Stored data entries
------------------------

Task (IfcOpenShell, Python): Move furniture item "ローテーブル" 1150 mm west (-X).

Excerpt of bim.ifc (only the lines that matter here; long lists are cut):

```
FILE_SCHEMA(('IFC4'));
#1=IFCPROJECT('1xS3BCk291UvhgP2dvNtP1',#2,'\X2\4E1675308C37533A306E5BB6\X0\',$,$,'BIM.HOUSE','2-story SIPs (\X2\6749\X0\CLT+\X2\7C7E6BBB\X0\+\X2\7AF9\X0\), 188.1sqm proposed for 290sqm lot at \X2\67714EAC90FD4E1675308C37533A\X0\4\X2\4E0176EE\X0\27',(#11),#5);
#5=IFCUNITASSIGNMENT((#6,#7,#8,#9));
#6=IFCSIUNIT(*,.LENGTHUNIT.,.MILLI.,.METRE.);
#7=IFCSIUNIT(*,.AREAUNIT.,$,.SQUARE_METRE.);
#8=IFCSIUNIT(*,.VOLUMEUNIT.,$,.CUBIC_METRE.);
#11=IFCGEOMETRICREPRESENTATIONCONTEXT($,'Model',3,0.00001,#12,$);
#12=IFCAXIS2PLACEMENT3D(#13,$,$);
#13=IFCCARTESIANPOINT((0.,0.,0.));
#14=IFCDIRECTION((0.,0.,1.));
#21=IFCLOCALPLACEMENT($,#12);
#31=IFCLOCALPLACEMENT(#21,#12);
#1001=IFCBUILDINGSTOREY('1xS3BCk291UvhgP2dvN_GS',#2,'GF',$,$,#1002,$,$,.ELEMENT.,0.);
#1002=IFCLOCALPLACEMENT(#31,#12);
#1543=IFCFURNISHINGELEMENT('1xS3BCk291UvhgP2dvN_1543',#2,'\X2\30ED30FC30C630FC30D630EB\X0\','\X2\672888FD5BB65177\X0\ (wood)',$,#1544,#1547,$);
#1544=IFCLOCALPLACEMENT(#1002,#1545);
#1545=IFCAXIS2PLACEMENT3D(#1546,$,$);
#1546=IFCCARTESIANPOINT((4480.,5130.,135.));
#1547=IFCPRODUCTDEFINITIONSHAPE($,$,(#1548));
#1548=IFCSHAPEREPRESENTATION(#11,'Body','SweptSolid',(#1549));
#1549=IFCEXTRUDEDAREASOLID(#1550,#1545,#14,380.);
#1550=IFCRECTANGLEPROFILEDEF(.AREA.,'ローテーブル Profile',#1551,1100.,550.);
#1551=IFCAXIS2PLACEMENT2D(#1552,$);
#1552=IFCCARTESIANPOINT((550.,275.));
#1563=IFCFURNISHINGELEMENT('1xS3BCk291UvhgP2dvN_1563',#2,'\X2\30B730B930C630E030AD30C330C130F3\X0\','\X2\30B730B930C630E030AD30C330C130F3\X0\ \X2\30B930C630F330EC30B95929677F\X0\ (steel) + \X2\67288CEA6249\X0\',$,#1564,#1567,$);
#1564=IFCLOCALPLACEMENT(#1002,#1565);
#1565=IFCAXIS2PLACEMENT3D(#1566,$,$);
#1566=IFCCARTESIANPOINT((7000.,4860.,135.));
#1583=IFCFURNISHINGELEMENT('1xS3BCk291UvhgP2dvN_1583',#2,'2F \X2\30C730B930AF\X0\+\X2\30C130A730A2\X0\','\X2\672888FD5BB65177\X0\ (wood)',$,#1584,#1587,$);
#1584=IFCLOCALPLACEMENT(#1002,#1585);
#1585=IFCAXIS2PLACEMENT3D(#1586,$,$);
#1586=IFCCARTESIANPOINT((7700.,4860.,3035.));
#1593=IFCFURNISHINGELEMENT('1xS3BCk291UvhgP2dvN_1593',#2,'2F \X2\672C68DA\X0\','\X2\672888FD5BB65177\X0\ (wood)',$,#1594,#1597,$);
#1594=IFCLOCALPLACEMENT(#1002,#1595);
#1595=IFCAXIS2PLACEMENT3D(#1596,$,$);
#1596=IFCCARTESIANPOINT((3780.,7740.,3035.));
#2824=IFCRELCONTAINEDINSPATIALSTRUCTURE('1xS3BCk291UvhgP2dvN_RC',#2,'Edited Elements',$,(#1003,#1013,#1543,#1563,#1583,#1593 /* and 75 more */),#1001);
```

```python
import ifcopenshell
import ifcopenshell.api.geometry
import ifcopenshell.util.placement

model = ifcopenshell.open("bim.ifc")

item = model.by_id(1543)
matrix = ifcopenshell.util.placement.get_local_placement(item.ObjectPlacement)
matrix[0, 3] -= 1150.0
ifcopenshell.api.geometry.edit_object_placement(model, product=item, matrix=matrix, is_si=False)

print(ifcopenshell.util.placement.get_local_placement(item.ObjectPlacement).round(3) + 0.0)

model.write("bim_updated.ifc")
```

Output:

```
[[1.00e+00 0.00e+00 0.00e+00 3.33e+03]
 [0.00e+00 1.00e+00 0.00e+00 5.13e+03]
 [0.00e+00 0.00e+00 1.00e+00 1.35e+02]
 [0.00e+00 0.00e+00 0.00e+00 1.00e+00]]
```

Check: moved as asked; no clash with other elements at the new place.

------------------------

# Task brief:
Find the lines above that include the string "wood" and copy them.

# Answer for this exercise:
#1543=IFCFURNISHINGELEMENT('1xS3BCk291UvhgP2dvN_1543',#2,'\X2\30ED30FC30C630FC30D630EB\X0\','\X2\672888FD5BB65177\X0\ (wood)',$,#1544,#1547,$);
#1583=IFCFURNISHINGELEMENT('1xS3BCk291UvhgP2dvN_1583',#2,'2F \X2\30C730B930AF\X0\+\X2\30C130A730A2\X0\','\X2\672888FD5BB65177\X0\ (wood)',$,#1584,#1587,$);
#1593=IFCFURNISHINGELEMENT('1xS3BCk291UvhgP2dvN_1593',#2,'2F \X2\672C68DA\X0\','\X2\672888FD5BB65177\X0\ (wood)',$,#1594,#1597,$);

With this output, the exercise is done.